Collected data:
========================================================================

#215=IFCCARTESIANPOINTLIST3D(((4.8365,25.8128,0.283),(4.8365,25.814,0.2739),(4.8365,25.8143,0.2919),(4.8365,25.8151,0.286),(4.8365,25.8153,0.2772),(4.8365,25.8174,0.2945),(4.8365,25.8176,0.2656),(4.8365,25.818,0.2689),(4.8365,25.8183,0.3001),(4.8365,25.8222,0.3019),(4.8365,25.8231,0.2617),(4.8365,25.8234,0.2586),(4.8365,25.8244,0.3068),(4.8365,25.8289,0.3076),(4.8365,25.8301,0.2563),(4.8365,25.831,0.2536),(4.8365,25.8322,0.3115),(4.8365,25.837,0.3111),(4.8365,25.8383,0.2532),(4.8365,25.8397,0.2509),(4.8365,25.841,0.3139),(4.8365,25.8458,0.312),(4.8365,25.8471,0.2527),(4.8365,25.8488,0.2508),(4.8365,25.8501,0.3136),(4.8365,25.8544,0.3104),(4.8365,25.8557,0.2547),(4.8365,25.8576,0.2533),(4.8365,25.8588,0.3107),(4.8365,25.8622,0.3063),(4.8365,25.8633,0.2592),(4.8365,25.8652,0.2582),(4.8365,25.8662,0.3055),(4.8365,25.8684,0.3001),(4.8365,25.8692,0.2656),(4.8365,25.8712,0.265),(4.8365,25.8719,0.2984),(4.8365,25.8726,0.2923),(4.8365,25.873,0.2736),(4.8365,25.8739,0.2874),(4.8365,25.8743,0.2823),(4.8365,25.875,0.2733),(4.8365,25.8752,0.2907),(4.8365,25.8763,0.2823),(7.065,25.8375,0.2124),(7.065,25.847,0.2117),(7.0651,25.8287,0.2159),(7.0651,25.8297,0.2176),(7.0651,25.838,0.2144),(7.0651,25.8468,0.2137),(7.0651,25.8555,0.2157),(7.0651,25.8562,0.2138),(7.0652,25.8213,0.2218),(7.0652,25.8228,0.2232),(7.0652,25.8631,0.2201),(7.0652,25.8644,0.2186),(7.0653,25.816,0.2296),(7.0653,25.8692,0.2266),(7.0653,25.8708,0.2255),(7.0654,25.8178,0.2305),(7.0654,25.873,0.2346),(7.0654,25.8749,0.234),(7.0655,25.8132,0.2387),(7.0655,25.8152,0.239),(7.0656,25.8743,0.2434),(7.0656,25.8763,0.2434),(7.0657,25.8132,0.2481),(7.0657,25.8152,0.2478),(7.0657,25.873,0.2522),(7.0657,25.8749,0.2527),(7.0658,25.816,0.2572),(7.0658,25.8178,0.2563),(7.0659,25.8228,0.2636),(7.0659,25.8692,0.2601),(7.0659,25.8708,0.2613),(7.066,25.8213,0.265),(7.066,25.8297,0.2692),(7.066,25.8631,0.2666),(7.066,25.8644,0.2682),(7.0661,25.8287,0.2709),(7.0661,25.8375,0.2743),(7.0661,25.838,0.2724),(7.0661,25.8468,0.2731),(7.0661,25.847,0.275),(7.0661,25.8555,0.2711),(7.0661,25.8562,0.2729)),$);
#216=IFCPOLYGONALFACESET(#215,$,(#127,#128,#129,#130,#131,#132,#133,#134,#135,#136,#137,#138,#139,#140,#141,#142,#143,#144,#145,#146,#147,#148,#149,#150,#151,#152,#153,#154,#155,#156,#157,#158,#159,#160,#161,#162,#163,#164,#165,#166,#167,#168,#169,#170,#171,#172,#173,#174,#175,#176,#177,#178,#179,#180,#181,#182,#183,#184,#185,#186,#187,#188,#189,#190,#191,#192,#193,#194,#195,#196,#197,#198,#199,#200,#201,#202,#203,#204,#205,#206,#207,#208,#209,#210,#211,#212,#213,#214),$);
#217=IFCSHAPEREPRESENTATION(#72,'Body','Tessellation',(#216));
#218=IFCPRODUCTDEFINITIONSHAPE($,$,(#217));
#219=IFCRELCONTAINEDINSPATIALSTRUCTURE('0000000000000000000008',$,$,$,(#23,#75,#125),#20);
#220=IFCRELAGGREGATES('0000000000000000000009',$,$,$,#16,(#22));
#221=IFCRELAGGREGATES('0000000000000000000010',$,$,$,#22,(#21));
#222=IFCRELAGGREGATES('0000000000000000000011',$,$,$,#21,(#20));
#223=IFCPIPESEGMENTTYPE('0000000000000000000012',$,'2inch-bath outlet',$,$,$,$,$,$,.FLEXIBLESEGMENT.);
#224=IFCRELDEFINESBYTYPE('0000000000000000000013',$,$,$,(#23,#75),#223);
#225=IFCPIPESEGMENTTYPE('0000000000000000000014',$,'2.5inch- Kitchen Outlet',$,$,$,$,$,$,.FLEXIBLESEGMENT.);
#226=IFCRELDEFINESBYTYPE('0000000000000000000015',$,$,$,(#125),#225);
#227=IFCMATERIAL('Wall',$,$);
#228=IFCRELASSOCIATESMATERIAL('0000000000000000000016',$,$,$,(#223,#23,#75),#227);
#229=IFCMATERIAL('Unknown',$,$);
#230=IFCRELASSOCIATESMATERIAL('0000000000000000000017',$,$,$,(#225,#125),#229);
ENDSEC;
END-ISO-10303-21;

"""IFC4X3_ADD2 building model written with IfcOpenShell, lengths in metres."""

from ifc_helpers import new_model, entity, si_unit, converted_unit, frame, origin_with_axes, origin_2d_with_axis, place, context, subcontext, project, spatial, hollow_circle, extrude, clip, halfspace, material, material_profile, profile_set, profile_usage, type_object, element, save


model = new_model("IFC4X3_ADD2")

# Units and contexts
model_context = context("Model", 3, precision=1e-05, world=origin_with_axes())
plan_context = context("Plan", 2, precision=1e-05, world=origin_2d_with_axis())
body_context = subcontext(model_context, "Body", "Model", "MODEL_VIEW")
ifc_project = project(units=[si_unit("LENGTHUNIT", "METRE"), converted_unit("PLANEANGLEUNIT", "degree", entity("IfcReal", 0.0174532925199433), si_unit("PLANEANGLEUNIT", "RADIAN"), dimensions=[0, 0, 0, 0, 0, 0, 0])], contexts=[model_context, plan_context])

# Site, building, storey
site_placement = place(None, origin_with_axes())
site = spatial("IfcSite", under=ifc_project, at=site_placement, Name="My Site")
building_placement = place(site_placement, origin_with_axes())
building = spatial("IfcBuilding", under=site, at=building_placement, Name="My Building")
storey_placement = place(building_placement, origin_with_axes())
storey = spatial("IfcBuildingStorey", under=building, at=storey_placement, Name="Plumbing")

========================================================================

**WORK ORDER**
Could you repeat every record word for word?

**SOLUTION BELOW**
#215=IFCCARTESIANPOINTLIST3D(((4.8365,25.8128,0.283),(4.8365,25.814,0.2739),(4.8365,25.8143,0.2919),(4.8365,25.8151,0.286),(4.8365,25.8153,0.2772),(4.8365,25.8174,0.2945),(4.8365,25.8176,0.2656),(4.8365,25.818,0.2689),(4.8365,25.8183,0.3001),(4.8365,25.8222,0.3019),(4.8365,25.8231,0.2617),(4.8365,25.8234,0.2586),(4.8365,25.8244,0.3068),(4.8365,25.8289,0.3076),(4.8365,25.8301,0.2563),(4.8365,25.831,0.2536),(4.8365,25.8322,0.3115),(4.8365,25.837,0.3111),(4.8365,25.8383,0.2532),(4.8365,25.8397,0.2509),(4.8365,25.841,0.3139),(4.8365,25.8458,0.312),(4.8365,25.8471,0.2527),(4.8365,25.8488,0.2508),(4.8365,25.8501,0.3136),(4.8365,25.8544,0.3104),(4.8365,25.8557,0.2547),(4.8365,25.8576,0.2533),(4.8365,25.8588,0.3107),(4.8365,25.8622,0.3063),(4.8365,25.8633,0.2592),(4.8365,25.8652,0.2582),(4.8365,25.8662,0.3055),(4.8365,25.8684,0.3001),(4.8365,25.8692,0.2656),(4.8365,25.8712,0.265),(4.8365,25.8719,0.2984),(4.8365,25.8726,0.2923),(4.8365,25.873,0.2736),(4.8365,25.8739,0.2874),(4.8365,25.8743,0.2823),(4.8365,25.875,0.2733),(4.8365,25.8752,0.2907),(4.8365,25.8763,0.2823),(7.065,25.8375,0.2124),(7.065,25.847,0.2117),(7.0651,25.8287,0.2159),(7.0651,25.8297,0.2176),(7.0651,25.838,0.2144),(7.0651,25.8468,0.2137),(7.0651,25.8555,0.2157),(7.0651,25.8562,0.2138),(7.0652,25.8213,0.2218),(7.0652,25.8228,0.2232),(7.0652,25.8631,0.2201),(7.0652,25.8644,0.2186),(7.0653,25.816,0.2296),(7.0653,25.8692,0.2266),(7.0653,25.8708,0.2255),(7.0654,25.8178,0.2305),(7.0654,25.873,0.2346),(7.0654,25.8749,0.234),(7.0655,25.8132,0.2387),(7.0655,25.8152,0.239),(7.0656,25.8743,0.2434),(7.0656,25.8763,0.2434),(7.0657,25.8132,0.2481),(7.0657,25.8152,0.2478),(7.0657,25.873,0.2522),(7.0657,25.8749,0.2527),(7.0658,25.816,0.2572),(7.0658,25.8178,0.2563),(7.0659,25.8228,0.2636),(7.0659,25.8692,0.2601),(7.0659,25.8708,0.2613),(7.066,25.8213,0.265),(7.066,25.8297,0.2692),(7.066,25.8631,0.2666),(7.066,25.8644,0.2682),(7.0661,25.8287,0.2709),(7.0661,25.8375,0.2743),(7.0661,25.838,0.2724),(7.0661,25.8468,0.2731),(7.0661,25.847,0.275),(7.0661,25.8555,0.2711),(7.0661,25.8562,0.2729)),$);
#216=IFCPOLYGONALFACESET(#215,$,(#127,#128,#129,#130,#131,#132,#133,#134,#135,#136,#137,#138,#139,#140,#141,#142,#143,#144,#145,#146,#147,#148,#149,#150,#151,#152,#153,#154,#155,#156,#157,#158,#159,#160,#161,#162,#163,#164,#165,#166,#167,#168,#169,#170,#171,#172,#173,#174,#175,#176,#177,#178,#179,#180,#181,#182,#183,#184,#185,#186,#187,#188,#189,#190,#191,#192,#193,#194,#195,#196,#197,#198,#199,#200,#201,#202,#203,#204,#205,#206,#207,#208,#209,#210,#211,#212,#213,#214),$);
#217=IFCSHAPEREPRESENTATION(#72,'Body','Tessellation',(#216));
#218=IFCPRODUCTDEFINITIONSHAPE($,$,(#217));
#219=IFCRELCONTAINEDINSPATIALSTRUCTURE('0000000000000000000008',$,$,$,(#23,#75,#125),#20);
#220=IFCRELAGGREGATES('0000000000000000000009',$,$,$,#16,(#22));
#221=IFCRELAGGREGATES('0000000000000000000010',$,$,$,#22,(#21));
#222=IFCRELAGGREGATES('0000000000000000000011',$,$,$,#21,(#20));
#223=IFCPIPESEGMENTTYPE('0000000000000000000012',$,'2inch-bath outlet',$,$,$,$,$,$,.FLEXIBLESEGMENT.);
#224=IFCRELDEFINESBYTYPE('0000000000000000000013',$,$,$,(#23,#75),#223);
#225=IFCPIPESEGMENTTYPE('0000000000000000000014',$,'2.5inch- Kitchen Outlet',$,$,$,$,$,$,.FLEXIBLESEGMENT.);
#226=IFCRELDEFINESBYTYPE('0000000000000000000015',$,$,$,(#125),#225);
#227=IFCMATERIAL('Wall',$,$);
#228=IFCRELASSOCIATESMATERIAL('0000000000000000000016',$,$,$,(#223,#23,#75),#227);
#229=IFCMATERIAL('Unknown',$,$);
#230=IFCRELASSOCIATESMATERIAL('0000000000000000000017',$,$,$,(#225,#125),#229);
ENDSEC;
END-ISO-10303-21;

"""IFC4X3_ADD2 building model written with IfcOpenShell, lengths in metres."""

from ifc_helpers import new_model, entity, si_unit, converted_unit, frame, origin_with_axes, origin_2d_with_axis, place, context, subcontext, project, spatial, hollow_circle, extrude, clip, halfspace, material, material_profile, profile_set, profile_usage, type_object, element, save


model = new_model("IFC4X3_ADD2")

# Units and contexts
model_context = context("Model", 3, precision=1e-05, world=origin_with_axes())
plan_context = context("Plan", 2, precision=1e-05, world=origin_2d_with_axis())
body_context = subcontext(model_context, "Body", "Model", "MODEL_VIEW")
ifc_project = project(units=[si_unit("LENGTHUNIT", "METRE"), converted_unit("PLANEANGLEUNIT", "degree", entity("IfcReal", 0.0174532925199433), si_unit("PLANEANGLEUNIT", "RADIAN"), dimensions=[0, 0, 0, 0, 0, 0, 0])], contexts=[model_context, plan_context])

# Site, building, storey
site_placement = place(None, origin_with_axes())
site = spatial("IfcSite", under=ifc_project, at=site_placement, Name="My Site")
building_placement = place(site_placement, origin_with_axes())
building = spatial("IfcBuilding", under=site, at=building_placement, Name="My Building")
storey_placement = place(building_placement, origin_with_axes())
storey = spatial("IfcBuildingStorey", under=building, at=storey_placement, Name="Plumbing")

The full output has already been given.